Ayer estaba maquillándose frente al espejo de la sala. Vivía sola desde que su papá se fue a Irlanda y su mamá se mudó a Barquisimeto. El bombillo del baño estaba quemado. Iba a comprarlo cuando dijo que no, que siguiera en el jardín. Entonces seguí podando el granado.

Al mediodía entré a beber agua y vi el bolso donde llevaba su comida a la universidad. Supuse que lo había olvidado. Regresé al patio y continué trozando y amontonaba ramas cuando vi a Eumaris cerca del espejo y grité:

—¿Qué pasó? ¿Viniste a buscar tu almuerzo?

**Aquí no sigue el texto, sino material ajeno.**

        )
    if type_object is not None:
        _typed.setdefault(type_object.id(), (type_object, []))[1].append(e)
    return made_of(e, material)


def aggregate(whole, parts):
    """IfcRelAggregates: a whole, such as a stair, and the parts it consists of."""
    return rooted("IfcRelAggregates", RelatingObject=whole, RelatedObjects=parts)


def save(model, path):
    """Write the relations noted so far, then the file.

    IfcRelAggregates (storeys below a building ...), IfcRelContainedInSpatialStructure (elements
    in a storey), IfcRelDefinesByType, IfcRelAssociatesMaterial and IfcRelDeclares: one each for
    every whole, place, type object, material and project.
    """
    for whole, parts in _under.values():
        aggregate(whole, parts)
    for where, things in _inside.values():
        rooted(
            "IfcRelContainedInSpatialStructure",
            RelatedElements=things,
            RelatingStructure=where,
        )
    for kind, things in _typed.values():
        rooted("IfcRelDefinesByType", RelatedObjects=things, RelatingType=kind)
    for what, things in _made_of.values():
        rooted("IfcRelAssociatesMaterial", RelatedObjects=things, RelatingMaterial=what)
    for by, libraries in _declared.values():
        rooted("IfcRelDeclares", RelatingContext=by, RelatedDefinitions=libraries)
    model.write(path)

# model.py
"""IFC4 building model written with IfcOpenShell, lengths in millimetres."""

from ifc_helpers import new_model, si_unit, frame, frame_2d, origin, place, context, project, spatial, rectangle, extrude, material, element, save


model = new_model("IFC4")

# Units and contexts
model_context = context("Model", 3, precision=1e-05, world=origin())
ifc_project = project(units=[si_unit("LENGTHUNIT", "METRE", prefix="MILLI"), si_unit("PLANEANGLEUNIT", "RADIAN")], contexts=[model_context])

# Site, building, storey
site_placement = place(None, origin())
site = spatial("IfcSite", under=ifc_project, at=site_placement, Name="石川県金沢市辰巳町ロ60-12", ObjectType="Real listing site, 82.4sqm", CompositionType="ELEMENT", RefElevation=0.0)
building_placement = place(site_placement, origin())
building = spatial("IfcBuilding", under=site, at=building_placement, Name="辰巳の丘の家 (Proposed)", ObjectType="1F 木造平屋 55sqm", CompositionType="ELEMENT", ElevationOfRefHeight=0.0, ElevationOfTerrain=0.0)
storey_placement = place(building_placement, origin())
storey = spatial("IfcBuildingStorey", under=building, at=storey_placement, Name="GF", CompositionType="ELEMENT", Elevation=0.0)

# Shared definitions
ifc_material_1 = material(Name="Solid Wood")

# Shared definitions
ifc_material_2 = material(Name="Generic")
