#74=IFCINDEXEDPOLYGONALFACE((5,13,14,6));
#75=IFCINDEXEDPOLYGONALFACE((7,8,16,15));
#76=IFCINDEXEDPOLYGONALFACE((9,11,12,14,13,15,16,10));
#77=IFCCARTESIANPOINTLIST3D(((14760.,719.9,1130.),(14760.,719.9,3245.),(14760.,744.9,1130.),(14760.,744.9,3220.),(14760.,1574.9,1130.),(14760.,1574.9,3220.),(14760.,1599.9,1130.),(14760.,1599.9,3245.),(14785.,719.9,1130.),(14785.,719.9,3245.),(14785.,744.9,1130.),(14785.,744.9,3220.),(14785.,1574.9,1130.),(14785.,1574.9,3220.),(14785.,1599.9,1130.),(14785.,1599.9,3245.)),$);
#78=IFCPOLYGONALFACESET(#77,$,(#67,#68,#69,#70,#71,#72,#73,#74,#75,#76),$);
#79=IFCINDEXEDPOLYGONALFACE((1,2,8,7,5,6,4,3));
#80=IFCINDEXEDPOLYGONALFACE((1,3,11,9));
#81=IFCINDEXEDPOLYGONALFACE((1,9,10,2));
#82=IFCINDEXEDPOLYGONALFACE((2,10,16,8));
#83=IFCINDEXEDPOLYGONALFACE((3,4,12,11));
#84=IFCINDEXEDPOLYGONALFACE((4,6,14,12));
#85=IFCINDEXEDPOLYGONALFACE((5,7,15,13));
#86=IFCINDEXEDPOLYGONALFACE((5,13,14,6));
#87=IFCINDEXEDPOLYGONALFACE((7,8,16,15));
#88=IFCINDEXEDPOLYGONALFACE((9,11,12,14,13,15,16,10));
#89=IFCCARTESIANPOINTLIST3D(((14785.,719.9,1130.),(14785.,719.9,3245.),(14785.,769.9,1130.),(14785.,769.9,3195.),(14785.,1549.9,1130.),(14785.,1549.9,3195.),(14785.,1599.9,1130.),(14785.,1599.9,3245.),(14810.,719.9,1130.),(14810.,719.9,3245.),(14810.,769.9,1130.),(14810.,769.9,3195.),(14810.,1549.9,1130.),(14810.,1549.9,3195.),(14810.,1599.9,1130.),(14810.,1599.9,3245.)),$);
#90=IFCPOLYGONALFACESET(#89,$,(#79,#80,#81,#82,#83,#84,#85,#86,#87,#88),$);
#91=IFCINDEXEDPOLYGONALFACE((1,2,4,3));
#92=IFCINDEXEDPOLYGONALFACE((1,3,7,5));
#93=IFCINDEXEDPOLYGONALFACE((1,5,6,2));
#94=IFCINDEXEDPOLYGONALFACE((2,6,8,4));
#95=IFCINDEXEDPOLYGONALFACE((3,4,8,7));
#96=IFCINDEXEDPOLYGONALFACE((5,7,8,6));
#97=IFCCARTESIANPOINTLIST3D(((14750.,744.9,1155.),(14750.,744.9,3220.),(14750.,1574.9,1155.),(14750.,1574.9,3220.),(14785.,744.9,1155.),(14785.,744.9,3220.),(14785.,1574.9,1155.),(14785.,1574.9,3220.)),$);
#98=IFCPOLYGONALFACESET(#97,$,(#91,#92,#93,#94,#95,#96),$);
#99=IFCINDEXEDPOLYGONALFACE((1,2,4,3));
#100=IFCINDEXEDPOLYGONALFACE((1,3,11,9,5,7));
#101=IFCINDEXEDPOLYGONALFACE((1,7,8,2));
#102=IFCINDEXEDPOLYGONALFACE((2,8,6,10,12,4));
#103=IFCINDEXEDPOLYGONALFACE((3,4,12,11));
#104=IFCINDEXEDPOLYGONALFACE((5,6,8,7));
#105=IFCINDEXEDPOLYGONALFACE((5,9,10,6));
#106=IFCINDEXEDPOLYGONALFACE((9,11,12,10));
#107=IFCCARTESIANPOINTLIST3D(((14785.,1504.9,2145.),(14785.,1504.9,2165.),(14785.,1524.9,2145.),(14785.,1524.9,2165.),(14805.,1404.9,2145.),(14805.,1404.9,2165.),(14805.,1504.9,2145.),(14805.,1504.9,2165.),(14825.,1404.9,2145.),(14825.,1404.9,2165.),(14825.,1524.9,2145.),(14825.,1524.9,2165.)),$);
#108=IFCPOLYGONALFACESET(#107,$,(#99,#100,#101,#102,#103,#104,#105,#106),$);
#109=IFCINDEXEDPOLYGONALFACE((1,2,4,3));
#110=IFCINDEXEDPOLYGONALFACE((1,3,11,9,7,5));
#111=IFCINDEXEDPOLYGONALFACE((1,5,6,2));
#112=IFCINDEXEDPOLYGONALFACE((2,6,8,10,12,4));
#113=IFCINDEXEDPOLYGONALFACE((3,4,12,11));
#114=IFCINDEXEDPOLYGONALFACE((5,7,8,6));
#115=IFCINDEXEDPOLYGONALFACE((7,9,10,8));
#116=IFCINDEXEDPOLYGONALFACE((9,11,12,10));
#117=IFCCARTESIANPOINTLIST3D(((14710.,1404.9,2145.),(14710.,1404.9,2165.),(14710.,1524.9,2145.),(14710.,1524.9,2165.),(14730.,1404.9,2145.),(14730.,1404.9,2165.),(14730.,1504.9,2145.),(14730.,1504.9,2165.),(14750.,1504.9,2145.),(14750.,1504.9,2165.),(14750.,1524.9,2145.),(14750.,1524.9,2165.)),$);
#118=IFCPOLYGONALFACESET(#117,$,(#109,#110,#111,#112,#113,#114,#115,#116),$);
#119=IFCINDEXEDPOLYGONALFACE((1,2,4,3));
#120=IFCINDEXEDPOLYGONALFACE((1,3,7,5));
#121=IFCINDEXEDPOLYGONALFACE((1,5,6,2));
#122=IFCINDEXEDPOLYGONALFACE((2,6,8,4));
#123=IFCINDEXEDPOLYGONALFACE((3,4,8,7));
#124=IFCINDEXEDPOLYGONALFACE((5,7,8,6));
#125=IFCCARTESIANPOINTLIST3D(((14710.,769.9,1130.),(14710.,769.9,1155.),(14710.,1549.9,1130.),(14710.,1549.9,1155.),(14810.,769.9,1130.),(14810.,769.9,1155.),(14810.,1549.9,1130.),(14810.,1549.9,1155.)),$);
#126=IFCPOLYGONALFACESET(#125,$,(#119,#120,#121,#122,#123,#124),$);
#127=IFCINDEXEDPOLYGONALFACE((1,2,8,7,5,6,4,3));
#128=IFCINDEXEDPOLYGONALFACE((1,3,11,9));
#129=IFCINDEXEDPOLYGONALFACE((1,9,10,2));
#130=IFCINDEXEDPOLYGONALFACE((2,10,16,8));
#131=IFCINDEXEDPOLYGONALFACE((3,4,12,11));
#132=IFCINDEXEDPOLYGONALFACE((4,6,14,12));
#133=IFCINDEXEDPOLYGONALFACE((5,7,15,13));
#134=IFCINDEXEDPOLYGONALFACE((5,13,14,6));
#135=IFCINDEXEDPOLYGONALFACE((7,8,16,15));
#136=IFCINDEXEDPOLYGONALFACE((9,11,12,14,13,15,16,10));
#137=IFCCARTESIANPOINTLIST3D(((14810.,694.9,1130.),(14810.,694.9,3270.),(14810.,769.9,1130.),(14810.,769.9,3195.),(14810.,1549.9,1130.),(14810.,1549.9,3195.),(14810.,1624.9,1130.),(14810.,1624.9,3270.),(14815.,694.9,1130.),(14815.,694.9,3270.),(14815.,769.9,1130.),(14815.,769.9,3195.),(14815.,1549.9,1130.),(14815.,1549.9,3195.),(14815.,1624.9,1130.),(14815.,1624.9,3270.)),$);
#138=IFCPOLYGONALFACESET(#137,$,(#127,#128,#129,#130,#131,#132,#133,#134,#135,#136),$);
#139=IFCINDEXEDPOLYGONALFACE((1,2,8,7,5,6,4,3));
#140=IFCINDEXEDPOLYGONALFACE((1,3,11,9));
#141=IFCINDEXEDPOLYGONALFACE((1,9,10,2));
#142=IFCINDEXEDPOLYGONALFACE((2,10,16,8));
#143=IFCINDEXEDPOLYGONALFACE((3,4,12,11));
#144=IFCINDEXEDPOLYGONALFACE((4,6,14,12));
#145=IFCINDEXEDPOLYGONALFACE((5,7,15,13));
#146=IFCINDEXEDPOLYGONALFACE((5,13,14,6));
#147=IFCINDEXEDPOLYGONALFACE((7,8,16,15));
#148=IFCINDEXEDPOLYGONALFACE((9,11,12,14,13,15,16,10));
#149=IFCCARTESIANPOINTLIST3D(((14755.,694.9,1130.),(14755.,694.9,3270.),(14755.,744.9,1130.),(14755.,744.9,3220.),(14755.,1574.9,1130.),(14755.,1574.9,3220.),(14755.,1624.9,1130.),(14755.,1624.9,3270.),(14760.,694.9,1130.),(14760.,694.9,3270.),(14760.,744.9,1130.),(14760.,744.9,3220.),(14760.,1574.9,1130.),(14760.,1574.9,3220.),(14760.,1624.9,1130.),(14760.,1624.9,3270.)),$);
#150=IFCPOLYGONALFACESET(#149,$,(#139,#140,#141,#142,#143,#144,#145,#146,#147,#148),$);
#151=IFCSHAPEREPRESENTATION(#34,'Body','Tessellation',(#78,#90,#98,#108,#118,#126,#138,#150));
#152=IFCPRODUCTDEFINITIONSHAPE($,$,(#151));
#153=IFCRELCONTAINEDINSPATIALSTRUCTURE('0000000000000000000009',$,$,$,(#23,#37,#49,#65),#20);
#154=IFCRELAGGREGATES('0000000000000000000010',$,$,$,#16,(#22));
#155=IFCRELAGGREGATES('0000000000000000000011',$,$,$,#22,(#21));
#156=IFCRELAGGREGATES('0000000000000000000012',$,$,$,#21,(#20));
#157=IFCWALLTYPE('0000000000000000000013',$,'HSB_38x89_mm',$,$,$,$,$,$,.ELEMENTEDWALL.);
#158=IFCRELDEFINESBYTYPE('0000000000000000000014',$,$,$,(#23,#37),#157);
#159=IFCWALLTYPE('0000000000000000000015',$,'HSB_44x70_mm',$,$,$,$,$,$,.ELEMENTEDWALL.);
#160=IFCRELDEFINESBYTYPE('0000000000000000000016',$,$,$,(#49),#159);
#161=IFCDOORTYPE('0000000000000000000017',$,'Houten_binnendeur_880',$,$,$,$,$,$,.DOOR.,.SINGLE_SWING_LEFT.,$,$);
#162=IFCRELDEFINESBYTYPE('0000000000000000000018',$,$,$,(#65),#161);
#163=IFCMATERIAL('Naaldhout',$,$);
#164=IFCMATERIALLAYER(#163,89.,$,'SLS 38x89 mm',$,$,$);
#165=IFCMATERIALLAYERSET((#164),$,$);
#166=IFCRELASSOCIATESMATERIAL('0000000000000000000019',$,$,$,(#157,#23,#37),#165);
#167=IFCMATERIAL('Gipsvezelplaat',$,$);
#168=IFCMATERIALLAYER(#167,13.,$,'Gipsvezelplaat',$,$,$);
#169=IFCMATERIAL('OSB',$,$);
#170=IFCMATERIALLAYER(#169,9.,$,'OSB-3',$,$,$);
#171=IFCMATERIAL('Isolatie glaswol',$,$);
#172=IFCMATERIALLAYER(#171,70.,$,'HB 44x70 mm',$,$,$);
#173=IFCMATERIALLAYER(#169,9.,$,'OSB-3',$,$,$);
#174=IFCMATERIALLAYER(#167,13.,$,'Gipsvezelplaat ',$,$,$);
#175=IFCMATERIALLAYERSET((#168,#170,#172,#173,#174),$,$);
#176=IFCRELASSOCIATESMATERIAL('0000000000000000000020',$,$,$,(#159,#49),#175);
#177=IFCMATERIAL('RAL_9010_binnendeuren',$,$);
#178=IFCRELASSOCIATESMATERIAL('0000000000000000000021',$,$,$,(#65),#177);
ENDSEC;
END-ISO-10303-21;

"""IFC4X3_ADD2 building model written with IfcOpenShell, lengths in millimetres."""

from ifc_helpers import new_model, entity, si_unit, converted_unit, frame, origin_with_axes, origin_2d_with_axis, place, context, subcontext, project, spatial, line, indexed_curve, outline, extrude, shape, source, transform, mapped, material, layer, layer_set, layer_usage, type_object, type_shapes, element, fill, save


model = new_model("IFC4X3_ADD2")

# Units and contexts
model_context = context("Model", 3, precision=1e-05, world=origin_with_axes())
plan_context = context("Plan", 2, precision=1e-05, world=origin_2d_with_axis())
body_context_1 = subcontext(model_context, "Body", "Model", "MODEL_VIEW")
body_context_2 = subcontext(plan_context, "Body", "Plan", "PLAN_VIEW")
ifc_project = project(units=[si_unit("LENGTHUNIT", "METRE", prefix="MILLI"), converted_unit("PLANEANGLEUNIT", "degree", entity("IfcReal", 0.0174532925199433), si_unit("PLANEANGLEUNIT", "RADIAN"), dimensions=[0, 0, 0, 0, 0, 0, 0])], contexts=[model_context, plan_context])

No me contestó. Tal vez el equivocado soy yo, sería la sombra de alguna nube.

Yo la conocía desde niña. La primera vez venía llegando de su primer día en el liceo. Entró por el garaje, yo estaba puliendo el carro de su papá y me saludó:

—¡Hola, chamo!

—Hola.

Cuando me llamaron a comer dije que no podía, que me esperaban en la casa. La muchachita, que era muy salida, enseguida dijo:

—Embuste, es que le da pena.

Tuve ganas de agarrarla por su cola de caballo y arrastrarla por el medio de la calle, pero no dije nada y seguí. Después escuché a su mamá:

—Eso no se hace, pobre muchacho.

Eso me dio más rabia y no volví más.

Tiempo después mi papá consiguió un trabajo de construcción. Cuando llegamos era la casa de Eumaris. Me dio como un susto, pero claro, también un gusto. Trabajamos casi seis meses construyendo un estudio en la planta alta. En un cuarto pequeño teníamos herramientas, materiales y un chinchorro. En la noche nos turnábamos para dormir ahí. En el día trabajábamos los dos.

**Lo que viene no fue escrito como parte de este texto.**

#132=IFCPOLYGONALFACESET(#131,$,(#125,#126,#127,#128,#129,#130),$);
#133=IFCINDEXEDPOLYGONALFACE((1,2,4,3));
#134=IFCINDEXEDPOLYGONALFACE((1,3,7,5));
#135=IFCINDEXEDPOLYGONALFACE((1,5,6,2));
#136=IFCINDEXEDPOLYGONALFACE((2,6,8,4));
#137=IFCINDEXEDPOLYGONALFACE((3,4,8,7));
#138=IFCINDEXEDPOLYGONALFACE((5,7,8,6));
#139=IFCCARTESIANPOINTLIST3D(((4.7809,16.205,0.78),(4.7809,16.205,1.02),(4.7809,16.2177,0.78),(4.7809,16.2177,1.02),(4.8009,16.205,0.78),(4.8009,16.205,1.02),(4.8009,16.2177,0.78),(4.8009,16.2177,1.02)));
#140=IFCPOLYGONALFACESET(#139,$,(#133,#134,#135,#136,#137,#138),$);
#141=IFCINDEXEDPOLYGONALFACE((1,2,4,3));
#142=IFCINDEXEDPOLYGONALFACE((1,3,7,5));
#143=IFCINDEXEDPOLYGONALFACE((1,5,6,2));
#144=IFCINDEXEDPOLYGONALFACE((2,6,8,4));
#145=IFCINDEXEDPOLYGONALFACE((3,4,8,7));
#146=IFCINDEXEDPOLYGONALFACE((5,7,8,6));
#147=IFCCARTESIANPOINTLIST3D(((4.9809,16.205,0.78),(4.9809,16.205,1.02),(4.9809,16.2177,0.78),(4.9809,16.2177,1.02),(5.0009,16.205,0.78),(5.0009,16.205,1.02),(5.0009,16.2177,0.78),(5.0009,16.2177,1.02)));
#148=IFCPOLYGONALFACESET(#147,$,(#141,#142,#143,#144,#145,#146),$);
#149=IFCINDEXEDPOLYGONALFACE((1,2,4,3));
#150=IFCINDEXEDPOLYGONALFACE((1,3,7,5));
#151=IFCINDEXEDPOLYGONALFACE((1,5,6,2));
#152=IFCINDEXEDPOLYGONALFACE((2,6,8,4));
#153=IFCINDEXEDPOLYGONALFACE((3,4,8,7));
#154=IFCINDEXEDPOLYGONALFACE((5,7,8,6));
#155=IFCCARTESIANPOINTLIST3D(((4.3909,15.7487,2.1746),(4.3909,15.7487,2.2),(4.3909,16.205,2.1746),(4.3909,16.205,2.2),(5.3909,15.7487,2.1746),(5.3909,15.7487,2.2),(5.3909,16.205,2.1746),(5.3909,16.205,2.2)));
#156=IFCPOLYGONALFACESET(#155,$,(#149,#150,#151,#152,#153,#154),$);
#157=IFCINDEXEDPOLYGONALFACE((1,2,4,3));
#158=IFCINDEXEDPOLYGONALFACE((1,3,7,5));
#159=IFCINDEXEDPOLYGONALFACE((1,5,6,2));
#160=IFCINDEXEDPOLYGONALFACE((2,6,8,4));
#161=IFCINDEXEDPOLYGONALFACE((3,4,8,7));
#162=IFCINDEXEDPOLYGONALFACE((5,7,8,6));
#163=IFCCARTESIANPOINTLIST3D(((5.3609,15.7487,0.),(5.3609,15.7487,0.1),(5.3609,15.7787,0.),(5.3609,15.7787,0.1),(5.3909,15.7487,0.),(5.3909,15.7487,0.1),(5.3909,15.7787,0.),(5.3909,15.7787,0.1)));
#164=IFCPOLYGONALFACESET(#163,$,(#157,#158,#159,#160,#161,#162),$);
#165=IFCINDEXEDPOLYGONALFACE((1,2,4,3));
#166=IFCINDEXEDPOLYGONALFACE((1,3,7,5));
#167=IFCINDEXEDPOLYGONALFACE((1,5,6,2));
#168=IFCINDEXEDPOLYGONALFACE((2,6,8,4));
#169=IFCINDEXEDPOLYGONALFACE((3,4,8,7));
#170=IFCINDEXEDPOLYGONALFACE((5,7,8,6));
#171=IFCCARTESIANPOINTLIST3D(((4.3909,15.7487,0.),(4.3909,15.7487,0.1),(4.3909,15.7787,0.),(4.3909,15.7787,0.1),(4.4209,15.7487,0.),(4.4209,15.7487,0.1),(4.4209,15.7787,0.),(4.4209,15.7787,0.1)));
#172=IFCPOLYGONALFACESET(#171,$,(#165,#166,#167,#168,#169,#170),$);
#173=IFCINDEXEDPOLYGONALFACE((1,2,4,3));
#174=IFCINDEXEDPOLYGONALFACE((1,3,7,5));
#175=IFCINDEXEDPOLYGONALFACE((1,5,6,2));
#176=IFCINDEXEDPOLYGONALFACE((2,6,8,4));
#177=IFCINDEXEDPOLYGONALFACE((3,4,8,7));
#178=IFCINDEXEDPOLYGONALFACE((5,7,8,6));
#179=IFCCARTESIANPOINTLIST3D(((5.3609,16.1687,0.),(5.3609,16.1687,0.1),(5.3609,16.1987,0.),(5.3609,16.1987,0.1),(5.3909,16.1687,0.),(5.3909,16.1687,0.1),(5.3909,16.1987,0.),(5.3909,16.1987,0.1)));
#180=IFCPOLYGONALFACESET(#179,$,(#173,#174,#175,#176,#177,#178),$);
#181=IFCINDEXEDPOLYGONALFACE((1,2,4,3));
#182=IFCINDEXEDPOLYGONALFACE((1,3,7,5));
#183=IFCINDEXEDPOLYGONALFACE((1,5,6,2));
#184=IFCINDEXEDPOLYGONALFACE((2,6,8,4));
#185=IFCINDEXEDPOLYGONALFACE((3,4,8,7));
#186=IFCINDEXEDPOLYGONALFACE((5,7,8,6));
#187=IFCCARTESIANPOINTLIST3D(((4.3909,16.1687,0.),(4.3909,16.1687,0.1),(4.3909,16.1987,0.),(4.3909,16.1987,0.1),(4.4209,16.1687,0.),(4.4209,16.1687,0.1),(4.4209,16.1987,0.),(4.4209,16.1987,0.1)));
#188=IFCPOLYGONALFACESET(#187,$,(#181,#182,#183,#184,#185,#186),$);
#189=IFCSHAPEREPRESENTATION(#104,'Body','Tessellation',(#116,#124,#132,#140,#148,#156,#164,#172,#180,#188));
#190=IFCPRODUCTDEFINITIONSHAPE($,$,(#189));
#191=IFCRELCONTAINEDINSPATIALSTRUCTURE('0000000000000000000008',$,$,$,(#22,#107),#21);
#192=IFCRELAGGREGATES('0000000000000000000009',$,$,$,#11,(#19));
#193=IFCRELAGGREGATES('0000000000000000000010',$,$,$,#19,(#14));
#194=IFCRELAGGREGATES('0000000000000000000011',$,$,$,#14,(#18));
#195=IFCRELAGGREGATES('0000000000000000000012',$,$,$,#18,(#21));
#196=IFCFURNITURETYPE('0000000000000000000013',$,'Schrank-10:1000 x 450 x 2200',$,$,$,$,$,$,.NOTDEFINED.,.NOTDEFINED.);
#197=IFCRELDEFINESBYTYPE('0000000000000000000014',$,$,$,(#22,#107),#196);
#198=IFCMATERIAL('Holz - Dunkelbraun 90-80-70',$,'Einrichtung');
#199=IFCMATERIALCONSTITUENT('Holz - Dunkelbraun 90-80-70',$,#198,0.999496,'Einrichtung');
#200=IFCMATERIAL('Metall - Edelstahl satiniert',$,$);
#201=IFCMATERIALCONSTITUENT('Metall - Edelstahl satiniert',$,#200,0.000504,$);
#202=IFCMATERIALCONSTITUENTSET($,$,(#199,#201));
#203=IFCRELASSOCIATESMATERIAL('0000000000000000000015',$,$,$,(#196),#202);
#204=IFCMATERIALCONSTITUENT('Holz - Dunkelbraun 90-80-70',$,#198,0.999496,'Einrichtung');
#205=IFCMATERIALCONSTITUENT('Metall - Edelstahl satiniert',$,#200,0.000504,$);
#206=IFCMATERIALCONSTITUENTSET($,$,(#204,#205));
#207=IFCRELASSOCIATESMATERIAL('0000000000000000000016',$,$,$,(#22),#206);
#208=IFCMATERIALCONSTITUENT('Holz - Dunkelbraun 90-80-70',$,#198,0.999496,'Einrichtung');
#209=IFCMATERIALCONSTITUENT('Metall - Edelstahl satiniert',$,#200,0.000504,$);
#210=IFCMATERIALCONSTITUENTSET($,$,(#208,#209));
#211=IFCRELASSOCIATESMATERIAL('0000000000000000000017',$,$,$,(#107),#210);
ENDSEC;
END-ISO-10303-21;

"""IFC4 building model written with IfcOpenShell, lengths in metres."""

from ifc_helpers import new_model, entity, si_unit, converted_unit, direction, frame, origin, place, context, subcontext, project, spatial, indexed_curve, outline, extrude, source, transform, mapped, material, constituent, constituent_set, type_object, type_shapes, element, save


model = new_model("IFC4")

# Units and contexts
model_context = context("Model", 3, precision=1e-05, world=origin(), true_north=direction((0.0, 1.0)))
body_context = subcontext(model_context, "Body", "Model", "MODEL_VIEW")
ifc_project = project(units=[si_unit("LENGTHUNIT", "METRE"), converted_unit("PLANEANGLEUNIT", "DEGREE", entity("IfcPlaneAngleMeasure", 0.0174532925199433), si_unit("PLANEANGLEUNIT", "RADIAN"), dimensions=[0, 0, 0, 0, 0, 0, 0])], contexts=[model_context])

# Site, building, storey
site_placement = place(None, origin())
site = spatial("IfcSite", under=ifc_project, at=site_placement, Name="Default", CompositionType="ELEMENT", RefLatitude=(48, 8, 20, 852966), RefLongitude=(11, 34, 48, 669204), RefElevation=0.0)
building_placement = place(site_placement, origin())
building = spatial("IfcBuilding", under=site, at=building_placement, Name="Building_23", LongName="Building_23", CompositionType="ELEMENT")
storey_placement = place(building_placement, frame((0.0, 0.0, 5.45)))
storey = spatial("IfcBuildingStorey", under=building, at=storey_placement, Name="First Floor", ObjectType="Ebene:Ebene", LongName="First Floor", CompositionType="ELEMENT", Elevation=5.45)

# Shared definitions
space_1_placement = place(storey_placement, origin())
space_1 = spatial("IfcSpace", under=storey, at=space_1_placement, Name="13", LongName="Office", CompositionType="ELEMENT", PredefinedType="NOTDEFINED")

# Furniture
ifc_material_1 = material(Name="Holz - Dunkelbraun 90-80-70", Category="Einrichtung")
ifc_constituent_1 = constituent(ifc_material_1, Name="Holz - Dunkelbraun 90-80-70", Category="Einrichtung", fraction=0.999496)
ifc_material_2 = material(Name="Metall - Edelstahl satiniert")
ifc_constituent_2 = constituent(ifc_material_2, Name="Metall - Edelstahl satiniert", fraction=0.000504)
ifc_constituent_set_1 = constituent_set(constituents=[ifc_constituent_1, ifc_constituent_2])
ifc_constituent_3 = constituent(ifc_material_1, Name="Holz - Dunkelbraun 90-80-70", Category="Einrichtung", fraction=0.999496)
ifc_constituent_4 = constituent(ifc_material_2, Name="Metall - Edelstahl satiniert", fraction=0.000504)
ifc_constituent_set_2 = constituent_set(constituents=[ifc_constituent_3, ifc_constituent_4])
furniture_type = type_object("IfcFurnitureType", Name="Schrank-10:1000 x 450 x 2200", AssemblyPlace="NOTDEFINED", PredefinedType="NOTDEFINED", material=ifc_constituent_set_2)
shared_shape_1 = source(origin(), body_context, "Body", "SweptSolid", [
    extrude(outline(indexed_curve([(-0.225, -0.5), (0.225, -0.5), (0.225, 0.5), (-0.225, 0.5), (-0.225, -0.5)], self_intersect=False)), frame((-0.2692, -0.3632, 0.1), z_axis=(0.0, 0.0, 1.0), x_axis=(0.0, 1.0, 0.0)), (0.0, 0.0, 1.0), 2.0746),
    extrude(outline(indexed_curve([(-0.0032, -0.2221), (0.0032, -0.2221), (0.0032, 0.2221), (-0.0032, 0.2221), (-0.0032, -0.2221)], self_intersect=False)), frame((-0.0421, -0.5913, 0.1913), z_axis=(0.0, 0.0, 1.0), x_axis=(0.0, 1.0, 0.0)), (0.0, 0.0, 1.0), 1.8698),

Cuando Eumaris estaba en la casa, algunas veces dejaba de martillar para escuchar lo que conversaba con su mamá, porque con el padre hablaba poco. Algunas veces hablaba con el perro:

—“Michima, no me fastidies cuando estoy leyendo”, o

—“Michima, ¿qué chismes cuentan los perros del barrio? ¿Qué opinas de la situación internacional?”.

Otras veces me asomaba y la veía en el patio estudiando o algo así.

Una vez discutió con su madre en la batea. Ella le dijo hipócrita y la mamá le dio una cachetada. Yo entonces le subí el volumen al radio, creo que estaba sonando el Lamento del Canoero:

“Conmigo te llevaría, si es que llevarte pudiera, pero el río está crecido y mi curiara es pequeña”.

Creo que era esa la que sonaba. No, como que era el porro aquél de la Pollera Colorada; bueno, le subí tanto el volumen que mi papá me regañó.

Ya habíamos hecho las escaleras y habíamos echado el piso. Estábamos encamisando las columnas cuando la vi subir: traía puesta la blusa azul del liceo. Llegó caminando medio agachada porque la falda se le volaba con el viento y tenía las manos ocupadas con una jarra de papelón con limón y dos vasos.

Quedé en neutro cuando escuché:

—El sábado voy a cumplir trece años y me van a hacer una fiesta. Si quieren pueden venir. Será una parrillada en el jardín.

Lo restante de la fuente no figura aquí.